Lo que ahí se desencadena es el arquetipo de la madre. La estructura profunda de la psique humana que afirma la dualidad ancestral, dadora de vida, de cobijo, de mundo: el embrión y su portadora; el útero primigenio, el sollozo del océano interior que se fija para siempre en el subconsciente de todos y cada uno de nosotros, porque en el principio no fue el Dios orfebre, arcillero metafísico (“metaorfebre”, en palabras de Sloterdijk), sino la madre, la contenedora del espacio nutritivo sin el cual, simplemente, ninguna existencia humana es posible.

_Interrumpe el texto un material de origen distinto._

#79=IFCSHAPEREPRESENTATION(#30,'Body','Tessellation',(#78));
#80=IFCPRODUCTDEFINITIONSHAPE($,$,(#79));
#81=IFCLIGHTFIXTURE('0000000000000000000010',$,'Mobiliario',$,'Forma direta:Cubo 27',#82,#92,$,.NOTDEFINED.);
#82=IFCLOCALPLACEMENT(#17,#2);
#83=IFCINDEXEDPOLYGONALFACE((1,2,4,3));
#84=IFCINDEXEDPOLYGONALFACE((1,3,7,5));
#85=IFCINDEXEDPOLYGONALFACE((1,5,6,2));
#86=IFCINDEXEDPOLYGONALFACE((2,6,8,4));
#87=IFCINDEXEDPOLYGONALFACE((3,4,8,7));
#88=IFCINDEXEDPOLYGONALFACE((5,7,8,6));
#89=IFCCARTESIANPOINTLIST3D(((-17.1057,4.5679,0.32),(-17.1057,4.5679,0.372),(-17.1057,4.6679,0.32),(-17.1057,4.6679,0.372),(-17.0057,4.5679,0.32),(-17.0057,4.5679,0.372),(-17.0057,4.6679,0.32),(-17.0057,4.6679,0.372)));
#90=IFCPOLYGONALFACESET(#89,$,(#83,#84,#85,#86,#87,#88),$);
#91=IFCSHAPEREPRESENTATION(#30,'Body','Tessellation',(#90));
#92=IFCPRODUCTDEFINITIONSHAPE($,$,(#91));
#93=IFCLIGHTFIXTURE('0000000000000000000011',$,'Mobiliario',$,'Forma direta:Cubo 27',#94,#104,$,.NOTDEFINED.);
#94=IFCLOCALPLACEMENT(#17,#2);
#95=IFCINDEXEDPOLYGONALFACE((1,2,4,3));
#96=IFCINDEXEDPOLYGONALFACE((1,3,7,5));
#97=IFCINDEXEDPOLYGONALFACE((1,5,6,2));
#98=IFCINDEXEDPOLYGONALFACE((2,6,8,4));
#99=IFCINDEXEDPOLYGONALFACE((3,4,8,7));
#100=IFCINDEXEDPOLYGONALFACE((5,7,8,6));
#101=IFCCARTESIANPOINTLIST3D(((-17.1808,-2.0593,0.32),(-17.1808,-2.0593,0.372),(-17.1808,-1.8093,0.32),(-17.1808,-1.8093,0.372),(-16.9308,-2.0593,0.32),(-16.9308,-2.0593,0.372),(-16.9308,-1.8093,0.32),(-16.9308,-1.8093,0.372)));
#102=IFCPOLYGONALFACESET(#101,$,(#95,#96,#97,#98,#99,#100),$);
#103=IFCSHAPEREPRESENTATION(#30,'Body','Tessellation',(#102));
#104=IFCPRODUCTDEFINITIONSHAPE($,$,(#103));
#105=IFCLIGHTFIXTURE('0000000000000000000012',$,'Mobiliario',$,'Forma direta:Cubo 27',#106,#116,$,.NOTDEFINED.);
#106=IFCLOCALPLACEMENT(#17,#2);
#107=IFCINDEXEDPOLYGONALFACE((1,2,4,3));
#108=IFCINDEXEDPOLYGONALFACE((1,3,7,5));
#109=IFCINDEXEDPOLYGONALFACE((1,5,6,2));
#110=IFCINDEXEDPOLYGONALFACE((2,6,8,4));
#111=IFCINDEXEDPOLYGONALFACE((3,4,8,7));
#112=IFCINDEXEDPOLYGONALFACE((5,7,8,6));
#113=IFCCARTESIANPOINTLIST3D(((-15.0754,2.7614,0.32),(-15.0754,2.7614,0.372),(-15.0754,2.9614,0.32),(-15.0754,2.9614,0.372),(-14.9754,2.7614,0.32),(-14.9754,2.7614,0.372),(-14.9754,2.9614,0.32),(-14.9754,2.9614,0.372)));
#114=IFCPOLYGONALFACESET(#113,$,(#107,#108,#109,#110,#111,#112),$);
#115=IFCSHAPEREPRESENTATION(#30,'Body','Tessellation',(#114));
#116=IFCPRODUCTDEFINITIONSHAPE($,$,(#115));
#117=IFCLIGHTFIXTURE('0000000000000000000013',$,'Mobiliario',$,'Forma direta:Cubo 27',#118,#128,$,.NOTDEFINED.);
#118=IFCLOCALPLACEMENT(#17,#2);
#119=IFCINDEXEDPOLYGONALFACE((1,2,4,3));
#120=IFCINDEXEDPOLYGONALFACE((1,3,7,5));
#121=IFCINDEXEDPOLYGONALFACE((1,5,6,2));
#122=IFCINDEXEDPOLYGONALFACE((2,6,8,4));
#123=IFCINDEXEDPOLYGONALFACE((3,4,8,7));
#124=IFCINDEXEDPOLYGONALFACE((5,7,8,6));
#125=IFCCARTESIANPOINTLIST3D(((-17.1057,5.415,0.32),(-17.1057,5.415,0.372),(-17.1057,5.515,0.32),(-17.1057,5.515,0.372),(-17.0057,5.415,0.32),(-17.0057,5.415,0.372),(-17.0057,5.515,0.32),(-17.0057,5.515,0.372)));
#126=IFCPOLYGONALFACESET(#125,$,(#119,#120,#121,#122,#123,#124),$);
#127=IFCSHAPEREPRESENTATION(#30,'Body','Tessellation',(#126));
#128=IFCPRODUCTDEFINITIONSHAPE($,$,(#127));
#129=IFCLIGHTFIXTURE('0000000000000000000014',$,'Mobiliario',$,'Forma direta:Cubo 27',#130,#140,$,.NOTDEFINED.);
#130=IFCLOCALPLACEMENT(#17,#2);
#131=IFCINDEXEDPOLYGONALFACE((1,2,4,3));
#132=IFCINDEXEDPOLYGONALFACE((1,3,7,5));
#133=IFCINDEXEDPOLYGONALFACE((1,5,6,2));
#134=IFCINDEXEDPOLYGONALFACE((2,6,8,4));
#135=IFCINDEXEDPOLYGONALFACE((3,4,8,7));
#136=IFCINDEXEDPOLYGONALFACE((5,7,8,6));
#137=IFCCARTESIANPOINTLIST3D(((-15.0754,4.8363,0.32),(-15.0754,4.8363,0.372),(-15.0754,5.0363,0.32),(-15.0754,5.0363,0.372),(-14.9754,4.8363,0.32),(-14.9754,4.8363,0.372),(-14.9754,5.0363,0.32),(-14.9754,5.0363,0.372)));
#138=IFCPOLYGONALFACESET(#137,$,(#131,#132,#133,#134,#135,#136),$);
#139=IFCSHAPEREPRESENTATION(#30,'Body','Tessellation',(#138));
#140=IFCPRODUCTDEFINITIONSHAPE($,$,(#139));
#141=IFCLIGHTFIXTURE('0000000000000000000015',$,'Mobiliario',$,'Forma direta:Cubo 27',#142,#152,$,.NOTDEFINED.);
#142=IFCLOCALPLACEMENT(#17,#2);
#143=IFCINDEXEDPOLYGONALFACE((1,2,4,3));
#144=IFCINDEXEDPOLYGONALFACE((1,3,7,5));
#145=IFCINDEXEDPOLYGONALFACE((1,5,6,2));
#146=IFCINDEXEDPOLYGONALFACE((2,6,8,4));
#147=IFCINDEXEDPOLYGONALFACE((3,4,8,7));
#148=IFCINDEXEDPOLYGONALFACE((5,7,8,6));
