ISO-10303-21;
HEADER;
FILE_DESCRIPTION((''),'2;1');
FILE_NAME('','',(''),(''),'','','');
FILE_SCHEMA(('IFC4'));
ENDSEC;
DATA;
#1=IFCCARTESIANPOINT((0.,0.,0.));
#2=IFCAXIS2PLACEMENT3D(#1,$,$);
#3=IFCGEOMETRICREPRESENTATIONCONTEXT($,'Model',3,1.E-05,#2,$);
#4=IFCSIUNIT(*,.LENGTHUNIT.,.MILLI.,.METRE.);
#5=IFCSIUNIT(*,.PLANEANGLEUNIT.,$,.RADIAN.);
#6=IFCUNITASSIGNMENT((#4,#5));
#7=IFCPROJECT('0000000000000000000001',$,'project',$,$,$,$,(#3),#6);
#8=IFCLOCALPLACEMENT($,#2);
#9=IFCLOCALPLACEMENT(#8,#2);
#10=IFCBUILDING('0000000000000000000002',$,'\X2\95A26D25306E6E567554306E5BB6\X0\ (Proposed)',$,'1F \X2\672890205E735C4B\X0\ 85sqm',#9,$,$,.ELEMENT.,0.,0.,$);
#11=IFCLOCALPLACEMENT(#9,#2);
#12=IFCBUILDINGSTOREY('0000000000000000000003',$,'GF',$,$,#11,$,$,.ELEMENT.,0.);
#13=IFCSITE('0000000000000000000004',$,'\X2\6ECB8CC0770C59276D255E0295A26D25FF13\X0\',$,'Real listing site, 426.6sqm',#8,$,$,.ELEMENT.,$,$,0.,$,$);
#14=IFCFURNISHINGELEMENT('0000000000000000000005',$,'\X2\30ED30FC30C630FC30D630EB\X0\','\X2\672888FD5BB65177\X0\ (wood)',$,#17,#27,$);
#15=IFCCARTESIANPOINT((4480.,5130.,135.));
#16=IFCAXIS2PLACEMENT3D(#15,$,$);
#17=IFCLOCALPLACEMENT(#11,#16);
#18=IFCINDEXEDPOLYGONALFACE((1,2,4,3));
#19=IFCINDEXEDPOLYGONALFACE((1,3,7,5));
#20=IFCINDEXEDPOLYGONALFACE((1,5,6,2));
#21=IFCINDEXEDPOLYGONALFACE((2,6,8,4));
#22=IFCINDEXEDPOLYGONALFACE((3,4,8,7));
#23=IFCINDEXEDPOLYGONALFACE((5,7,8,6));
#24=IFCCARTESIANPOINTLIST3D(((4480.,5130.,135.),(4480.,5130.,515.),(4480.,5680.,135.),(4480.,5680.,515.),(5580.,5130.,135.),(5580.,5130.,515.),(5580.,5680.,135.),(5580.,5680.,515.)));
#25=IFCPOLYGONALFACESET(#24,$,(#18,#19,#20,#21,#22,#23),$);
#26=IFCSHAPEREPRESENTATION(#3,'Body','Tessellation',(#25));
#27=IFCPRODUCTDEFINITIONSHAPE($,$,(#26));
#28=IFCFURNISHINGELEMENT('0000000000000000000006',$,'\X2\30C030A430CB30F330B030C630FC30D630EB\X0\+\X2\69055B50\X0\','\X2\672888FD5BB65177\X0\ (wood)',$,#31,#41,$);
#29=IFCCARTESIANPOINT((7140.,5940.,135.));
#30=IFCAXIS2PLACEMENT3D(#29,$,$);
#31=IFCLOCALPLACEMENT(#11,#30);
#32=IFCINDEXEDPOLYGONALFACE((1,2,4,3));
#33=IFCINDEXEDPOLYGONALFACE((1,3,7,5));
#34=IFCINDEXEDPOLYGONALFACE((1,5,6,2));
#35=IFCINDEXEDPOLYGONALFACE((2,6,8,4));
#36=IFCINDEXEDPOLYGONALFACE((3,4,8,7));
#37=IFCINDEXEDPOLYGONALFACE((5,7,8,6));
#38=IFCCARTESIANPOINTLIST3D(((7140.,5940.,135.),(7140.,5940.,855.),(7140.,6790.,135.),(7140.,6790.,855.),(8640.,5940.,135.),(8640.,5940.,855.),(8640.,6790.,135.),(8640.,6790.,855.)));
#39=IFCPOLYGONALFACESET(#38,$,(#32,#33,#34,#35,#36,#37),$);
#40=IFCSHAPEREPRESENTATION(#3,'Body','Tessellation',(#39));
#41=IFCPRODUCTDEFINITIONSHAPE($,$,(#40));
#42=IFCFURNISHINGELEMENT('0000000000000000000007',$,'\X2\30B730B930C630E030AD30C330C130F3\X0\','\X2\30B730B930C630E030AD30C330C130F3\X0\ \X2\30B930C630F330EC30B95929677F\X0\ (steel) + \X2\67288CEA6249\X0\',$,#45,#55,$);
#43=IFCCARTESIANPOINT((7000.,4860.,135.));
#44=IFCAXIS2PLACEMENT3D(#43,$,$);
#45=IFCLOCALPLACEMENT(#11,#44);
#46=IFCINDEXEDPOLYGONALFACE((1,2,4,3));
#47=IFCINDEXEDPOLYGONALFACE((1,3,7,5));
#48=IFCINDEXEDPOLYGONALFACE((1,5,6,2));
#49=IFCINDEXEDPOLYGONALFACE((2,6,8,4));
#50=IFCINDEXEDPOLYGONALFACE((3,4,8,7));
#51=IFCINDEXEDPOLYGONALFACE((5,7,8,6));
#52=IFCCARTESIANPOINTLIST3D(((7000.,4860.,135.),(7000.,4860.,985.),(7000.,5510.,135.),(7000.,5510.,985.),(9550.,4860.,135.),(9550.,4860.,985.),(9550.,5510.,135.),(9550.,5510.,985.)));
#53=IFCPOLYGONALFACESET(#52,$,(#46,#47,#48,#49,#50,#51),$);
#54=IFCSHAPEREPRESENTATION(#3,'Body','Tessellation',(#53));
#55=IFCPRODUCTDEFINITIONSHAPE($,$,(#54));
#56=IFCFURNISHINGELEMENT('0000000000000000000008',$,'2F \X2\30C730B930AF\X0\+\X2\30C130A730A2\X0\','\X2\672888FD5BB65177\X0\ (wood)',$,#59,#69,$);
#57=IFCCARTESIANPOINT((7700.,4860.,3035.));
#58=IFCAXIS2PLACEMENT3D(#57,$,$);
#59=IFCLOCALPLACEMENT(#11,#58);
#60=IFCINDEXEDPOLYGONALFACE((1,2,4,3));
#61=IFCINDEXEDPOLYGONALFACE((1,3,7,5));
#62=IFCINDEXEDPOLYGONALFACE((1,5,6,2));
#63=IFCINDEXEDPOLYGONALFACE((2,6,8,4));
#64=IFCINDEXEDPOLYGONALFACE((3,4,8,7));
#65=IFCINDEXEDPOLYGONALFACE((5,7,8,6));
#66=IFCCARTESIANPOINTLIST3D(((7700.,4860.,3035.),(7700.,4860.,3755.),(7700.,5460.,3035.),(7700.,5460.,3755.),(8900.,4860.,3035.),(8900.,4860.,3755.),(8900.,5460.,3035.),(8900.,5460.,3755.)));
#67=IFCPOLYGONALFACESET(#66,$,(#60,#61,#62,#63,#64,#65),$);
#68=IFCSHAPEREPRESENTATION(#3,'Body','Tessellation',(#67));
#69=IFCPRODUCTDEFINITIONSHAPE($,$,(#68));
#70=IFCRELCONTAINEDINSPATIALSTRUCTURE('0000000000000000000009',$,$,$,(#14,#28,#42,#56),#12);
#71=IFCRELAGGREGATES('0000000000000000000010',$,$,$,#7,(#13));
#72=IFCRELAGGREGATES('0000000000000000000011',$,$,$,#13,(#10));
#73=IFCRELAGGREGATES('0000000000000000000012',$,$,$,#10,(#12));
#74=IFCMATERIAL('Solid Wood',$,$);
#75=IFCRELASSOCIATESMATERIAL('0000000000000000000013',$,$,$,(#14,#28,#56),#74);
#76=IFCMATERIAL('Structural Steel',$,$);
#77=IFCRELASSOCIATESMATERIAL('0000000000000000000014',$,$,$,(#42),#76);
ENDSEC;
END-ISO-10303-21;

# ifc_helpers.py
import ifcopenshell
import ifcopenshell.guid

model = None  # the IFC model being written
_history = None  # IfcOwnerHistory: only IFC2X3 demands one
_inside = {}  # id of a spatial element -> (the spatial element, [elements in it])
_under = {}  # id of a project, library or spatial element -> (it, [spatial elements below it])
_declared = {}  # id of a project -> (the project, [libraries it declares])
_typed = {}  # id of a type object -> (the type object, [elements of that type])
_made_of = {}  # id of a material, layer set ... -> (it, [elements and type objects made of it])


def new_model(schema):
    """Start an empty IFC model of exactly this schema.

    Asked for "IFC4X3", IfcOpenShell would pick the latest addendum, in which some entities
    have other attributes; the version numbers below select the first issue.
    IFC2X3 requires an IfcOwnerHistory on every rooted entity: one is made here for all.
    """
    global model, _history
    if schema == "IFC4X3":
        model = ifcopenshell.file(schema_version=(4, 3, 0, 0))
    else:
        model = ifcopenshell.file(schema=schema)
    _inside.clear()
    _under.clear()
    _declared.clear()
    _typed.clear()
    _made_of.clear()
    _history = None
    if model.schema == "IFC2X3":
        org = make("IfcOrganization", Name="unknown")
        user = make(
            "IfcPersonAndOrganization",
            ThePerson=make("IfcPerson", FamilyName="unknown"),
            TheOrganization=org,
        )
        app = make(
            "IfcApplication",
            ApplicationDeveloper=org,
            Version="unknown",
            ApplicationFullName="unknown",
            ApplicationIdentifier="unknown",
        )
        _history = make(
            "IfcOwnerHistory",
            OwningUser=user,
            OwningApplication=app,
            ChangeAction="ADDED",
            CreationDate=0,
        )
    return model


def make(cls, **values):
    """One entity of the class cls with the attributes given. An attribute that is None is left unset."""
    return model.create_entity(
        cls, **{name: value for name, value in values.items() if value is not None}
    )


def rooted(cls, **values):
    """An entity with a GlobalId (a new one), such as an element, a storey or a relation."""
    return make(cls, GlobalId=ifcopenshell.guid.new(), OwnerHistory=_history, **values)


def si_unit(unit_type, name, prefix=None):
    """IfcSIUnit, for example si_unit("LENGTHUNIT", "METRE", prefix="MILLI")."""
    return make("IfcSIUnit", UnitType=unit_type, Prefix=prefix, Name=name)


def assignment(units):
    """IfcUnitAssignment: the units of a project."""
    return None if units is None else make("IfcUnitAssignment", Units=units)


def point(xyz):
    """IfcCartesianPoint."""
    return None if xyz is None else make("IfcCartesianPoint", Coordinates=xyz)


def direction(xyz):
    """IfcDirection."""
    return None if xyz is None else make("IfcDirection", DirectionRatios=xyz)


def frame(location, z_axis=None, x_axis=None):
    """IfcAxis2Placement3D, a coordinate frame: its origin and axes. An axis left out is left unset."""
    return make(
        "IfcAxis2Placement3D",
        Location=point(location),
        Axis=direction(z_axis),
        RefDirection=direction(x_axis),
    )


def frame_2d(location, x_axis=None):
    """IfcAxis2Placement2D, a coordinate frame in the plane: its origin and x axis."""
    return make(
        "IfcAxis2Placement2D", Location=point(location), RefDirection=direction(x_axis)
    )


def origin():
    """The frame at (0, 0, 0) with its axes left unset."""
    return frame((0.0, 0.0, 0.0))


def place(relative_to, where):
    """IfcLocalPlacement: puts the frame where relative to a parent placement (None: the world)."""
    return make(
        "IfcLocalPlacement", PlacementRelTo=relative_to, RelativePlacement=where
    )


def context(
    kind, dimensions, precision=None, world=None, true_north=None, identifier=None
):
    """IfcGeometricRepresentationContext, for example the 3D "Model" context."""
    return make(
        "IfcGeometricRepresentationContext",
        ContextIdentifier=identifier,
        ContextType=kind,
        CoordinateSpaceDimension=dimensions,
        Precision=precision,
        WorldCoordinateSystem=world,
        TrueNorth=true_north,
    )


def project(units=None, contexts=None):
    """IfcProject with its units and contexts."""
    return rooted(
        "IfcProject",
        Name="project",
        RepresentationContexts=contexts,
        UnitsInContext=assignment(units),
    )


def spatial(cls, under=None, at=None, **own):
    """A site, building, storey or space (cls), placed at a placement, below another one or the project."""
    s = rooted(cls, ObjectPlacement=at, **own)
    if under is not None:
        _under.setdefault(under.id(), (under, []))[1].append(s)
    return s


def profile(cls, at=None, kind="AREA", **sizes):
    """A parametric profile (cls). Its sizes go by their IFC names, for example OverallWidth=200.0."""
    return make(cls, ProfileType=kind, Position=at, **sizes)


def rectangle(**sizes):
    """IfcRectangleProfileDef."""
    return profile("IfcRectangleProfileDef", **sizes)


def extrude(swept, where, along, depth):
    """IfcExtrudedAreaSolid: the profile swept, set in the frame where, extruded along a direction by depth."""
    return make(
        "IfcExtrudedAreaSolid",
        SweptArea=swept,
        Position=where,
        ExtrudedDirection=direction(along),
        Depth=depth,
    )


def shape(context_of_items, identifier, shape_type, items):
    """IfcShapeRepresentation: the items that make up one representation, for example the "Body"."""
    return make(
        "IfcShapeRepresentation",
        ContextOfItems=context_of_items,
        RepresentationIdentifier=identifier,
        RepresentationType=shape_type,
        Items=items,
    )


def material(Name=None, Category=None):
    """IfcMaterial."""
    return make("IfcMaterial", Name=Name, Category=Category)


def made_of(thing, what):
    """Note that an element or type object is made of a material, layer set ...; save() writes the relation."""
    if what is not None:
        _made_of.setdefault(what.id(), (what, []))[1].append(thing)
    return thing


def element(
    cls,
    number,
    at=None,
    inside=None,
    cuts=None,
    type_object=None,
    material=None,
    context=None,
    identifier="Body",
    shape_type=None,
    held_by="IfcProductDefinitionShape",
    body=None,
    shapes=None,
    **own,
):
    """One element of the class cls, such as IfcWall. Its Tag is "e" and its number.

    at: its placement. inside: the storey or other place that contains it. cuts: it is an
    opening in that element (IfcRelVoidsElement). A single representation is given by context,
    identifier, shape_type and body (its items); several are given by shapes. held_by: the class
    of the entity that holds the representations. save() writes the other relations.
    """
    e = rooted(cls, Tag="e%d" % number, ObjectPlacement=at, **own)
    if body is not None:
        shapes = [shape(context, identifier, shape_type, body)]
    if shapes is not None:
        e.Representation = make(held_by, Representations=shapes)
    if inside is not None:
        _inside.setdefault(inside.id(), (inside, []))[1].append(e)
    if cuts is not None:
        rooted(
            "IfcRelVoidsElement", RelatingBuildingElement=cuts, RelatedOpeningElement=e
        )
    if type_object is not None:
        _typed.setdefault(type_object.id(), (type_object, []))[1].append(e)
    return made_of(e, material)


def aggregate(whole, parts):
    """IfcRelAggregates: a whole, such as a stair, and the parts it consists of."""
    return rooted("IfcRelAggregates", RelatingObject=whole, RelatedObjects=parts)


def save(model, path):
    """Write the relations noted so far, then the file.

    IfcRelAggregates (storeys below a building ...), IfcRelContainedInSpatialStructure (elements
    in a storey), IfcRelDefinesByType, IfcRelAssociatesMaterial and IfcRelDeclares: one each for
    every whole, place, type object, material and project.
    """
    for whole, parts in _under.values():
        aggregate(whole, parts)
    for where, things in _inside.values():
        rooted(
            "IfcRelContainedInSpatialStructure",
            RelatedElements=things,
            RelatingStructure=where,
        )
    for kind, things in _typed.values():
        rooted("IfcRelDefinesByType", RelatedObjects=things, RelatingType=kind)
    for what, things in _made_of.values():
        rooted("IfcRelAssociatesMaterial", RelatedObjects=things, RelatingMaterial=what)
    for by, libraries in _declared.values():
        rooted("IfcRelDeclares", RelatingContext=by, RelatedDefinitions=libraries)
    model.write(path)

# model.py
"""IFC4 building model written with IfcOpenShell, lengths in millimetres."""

from ifc_helpers import new_model, si_unit, frame, frame_2d, origin, place, context, project, spatial, rectangle, extrude, material, element, save


model = new_model("IFC4")

# Units and contexts
model_context = context("Model", 3, precision=1e-05, world=origin())
ifc_project = project(units=[si_unit("LENGTHUNIT", "METRE", prefix="MILLI"), si_unit("PLANEANGLEUNIT", "RADIAN")], contexts=[model_context])

# Site, building, storey
site_placement = place(None, origin())
site = spatial("IfcSite", under=ifc_project, at=site_placement, Name="滋賀県大津市関津３", ObjectType="Real listing site, 426.6sqm", CompositionType="ELEMENT", RefElevation=0.0)
building_placement = place(site_placement, origin())
building = spatial("IfcBuilding", under=site, at=building_placement, Name="関津の湖畔の家 (Proposed)", ObjectType="1F 木造平屋 85sqm", CompositionType="ELEMENT", ElevationOfRefHeight=0.0, ElevationOfTerrain=0.0)
storey_placement = place(building_placement, origin())
storey = spatial("IfcBuildingStorey", under=building, at=storey_placement, Name="GF", CompositionType="ELEMENT", Elevation=0.0)

# Shared definitions
ifc_material_1 = material(Name="Solid Wood")

# Shared definitions
ifc_material_2 = material(Name="Structural Steel")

Por eso en el mito del milagro, en la historia canónica de las apariciones marianas al indígena humilde, la parte central de la historia no pasa por las rosas improbables, ni por la pintura prodigiosa, ni por la estupefacción del arzobispo, sino por la rotunda frase matriarcal: “¿No estoy aquí que soy tu madre?”.
En su ensayo fundamental sobre el particular, “El arquetipo de la madre”, Carl Gustav Jung asentó que este arquetipo tiene las siguientes características: “la autoridad mágica de lo femenino, la sabiduría y la altura espiritual que está más allá del entendimiento; lo bondadoso, protector, sustentador, dispensador de crecimiento, fertilidad y alimento; los sitios de la transformación mágica, del renacimiento; el impulso o instinto benéficos; lo secreto, lo oculto, lo sombrío, el abismo, el mundo de los muertos, lo que devora, seduce y envenena, lo que provoca miedo y no permite evasión”. En la medida que los arquetipos, tal y como los planteó de manera prolija el eminente psiquiatra suizo, son pautas de comprensión innatas y generales, que se revisten con motivos, escenas e historias culturales específicas, es posible ver en el culto a la Virgen de Guadalupe, la actualización de dicha pauta profunda de la psique humana en una multiplicidad de manifestaciones sociales.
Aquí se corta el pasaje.